_What is required:_ Could you return every line of the material that contains the word "Body"?

_Exercise data:_
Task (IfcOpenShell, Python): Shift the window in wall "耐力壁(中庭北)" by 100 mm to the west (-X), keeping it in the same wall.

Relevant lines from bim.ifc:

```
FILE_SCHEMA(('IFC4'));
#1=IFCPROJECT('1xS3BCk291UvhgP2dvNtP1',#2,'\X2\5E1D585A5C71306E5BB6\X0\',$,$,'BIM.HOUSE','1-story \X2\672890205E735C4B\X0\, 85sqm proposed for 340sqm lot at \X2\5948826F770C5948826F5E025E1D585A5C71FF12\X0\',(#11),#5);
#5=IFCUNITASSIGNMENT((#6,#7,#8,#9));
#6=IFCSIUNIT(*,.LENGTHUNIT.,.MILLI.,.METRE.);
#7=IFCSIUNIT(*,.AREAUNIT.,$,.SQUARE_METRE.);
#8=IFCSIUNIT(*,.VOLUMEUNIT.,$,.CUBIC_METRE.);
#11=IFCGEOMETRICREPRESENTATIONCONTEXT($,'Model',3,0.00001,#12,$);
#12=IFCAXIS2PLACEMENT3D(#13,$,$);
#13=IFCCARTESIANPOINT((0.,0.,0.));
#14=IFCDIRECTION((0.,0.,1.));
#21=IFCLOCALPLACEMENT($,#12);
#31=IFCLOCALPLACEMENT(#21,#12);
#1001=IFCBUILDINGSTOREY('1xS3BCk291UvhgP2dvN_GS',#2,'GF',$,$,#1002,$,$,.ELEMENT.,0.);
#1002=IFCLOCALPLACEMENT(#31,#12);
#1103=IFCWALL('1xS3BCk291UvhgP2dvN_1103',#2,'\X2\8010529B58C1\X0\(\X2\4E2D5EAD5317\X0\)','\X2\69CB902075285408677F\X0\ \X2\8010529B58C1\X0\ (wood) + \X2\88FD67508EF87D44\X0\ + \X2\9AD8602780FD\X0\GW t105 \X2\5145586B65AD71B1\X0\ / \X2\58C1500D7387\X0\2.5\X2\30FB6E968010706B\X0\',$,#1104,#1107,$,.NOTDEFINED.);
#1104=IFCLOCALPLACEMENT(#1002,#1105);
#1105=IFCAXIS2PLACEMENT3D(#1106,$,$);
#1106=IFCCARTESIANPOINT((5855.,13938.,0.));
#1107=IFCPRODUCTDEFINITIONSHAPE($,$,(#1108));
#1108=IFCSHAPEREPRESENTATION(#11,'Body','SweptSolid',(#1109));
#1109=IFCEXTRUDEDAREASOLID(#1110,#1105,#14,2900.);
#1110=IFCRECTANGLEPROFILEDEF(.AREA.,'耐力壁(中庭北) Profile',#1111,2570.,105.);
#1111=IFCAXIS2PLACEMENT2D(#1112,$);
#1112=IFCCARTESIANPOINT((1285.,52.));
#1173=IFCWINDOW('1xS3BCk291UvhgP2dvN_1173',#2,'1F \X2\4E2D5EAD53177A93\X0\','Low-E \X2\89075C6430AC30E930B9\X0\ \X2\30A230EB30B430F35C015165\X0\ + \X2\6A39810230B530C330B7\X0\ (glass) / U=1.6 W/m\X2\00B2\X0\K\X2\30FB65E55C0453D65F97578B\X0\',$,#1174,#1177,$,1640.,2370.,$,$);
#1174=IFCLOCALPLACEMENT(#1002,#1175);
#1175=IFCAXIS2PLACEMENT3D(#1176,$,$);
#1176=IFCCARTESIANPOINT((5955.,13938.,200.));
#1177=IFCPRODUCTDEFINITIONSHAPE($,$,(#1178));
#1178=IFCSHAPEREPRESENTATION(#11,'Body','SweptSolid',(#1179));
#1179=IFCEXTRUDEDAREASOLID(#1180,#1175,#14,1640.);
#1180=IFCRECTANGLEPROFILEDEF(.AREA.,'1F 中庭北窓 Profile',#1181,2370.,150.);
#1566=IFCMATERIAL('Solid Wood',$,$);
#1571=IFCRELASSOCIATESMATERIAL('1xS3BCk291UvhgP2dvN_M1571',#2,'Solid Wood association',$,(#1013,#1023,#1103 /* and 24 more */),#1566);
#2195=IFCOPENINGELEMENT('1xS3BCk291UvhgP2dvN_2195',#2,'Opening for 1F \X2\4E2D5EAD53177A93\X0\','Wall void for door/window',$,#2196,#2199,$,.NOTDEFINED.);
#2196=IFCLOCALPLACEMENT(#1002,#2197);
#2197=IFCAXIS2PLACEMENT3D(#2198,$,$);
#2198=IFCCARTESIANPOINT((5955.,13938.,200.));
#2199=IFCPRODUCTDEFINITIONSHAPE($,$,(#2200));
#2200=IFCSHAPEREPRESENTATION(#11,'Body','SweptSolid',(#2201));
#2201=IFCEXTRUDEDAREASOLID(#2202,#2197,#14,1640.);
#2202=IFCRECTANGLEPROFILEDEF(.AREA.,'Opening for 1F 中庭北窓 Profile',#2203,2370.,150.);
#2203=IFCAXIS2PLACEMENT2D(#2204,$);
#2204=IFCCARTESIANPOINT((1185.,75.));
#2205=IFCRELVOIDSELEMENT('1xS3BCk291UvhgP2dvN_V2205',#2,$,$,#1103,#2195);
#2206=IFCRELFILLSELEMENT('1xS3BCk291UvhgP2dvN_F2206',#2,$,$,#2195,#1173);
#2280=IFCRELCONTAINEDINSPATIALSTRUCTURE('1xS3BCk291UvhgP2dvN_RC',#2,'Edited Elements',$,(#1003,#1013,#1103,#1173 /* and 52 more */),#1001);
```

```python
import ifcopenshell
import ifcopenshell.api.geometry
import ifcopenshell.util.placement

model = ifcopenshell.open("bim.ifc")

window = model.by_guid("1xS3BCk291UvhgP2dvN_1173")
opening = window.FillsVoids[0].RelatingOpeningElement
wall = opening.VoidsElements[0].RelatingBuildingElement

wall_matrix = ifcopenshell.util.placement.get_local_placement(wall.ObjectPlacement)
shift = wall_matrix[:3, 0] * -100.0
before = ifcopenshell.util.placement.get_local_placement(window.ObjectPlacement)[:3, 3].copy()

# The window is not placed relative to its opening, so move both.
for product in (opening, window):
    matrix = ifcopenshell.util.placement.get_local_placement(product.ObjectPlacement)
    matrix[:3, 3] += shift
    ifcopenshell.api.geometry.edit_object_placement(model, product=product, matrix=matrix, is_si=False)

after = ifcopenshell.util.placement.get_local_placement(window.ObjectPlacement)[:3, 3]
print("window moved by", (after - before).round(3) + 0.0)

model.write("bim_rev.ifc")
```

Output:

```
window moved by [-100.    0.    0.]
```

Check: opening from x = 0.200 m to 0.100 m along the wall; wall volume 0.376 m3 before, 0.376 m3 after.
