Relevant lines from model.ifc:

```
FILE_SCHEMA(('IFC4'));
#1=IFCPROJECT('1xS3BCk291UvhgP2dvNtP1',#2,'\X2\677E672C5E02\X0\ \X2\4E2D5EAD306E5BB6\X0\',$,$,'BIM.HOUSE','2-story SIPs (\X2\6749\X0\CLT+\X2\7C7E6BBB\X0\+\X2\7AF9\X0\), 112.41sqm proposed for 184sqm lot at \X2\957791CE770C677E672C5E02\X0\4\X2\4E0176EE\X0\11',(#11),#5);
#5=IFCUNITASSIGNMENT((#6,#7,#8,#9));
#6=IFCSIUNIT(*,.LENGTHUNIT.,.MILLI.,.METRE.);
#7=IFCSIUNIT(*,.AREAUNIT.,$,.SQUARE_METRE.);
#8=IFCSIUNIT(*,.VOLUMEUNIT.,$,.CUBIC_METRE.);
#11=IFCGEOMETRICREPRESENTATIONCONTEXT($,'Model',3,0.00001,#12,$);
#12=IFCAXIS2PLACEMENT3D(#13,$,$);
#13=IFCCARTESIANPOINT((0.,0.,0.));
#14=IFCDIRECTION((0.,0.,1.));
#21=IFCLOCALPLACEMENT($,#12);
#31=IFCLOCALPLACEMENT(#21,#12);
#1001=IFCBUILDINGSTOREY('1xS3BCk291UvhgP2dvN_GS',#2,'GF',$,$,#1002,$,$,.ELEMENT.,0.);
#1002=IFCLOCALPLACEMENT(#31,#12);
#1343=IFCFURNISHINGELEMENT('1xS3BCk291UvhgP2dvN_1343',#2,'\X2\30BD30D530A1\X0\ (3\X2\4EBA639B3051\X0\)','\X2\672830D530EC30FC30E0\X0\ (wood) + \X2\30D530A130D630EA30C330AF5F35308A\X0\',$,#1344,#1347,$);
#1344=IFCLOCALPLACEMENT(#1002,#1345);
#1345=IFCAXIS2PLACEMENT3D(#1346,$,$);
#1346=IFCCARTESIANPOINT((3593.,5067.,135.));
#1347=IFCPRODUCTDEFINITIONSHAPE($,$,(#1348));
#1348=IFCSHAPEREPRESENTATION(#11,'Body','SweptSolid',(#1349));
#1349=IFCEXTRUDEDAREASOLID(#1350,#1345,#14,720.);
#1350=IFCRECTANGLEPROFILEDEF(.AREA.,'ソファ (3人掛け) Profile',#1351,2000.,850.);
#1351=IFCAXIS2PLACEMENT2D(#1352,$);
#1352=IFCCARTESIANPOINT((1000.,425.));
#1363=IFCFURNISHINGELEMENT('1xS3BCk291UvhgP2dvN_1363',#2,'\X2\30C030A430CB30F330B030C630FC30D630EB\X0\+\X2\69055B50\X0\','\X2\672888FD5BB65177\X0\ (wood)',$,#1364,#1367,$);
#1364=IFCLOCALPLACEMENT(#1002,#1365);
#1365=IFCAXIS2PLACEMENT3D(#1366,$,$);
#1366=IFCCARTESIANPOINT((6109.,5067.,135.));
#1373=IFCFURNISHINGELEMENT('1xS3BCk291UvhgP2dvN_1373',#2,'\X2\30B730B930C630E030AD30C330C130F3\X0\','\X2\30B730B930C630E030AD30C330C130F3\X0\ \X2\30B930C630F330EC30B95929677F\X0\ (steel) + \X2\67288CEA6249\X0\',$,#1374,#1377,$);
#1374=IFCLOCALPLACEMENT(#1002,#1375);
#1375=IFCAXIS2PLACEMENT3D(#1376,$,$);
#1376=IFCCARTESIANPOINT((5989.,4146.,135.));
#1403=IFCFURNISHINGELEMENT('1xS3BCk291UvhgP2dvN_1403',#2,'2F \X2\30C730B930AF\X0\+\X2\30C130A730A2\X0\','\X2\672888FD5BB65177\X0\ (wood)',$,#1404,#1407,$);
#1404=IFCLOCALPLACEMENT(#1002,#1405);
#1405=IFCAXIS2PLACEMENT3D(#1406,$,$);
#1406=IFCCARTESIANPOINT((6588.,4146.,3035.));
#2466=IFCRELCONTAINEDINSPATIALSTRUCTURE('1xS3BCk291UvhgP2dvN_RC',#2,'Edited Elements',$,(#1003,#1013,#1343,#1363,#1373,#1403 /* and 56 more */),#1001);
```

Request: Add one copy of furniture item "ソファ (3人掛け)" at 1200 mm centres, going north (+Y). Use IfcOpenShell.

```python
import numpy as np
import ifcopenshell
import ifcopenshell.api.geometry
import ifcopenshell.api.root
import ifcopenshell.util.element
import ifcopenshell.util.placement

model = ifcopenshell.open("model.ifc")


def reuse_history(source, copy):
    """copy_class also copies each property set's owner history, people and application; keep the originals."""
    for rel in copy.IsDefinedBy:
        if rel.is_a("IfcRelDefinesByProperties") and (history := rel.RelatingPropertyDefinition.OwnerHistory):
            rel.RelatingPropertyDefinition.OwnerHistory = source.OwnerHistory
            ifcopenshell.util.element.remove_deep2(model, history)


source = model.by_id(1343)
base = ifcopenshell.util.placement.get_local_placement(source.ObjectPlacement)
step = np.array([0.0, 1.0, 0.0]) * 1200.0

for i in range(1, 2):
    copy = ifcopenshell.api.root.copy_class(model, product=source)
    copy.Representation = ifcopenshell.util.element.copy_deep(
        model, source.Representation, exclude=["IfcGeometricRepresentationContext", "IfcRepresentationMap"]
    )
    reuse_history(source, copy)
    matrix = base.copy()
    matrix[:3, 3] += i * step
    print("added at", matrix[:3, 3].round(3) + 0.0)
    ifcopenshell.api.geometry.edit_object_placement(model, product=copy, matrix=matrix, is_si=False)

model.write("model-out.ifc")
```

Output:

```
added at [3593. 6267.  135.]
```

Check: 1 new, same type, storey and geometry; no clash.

_Exercise response:_
#1108=IFCSHAPEREPRESENTATION(#11,'Body','SweptSolid',(#1109));
#1178=IFCSHAPEREPRESENTATION(#11,'Body','SweptSolid',(#1179));
#2200=IFCSHAPEREPRESENTATION(#11,'Body','SweptSolid',(#2201));
#1348=IFCSHAPEREPRESENTATION(#11,'Body','SweptSolid',(#1349));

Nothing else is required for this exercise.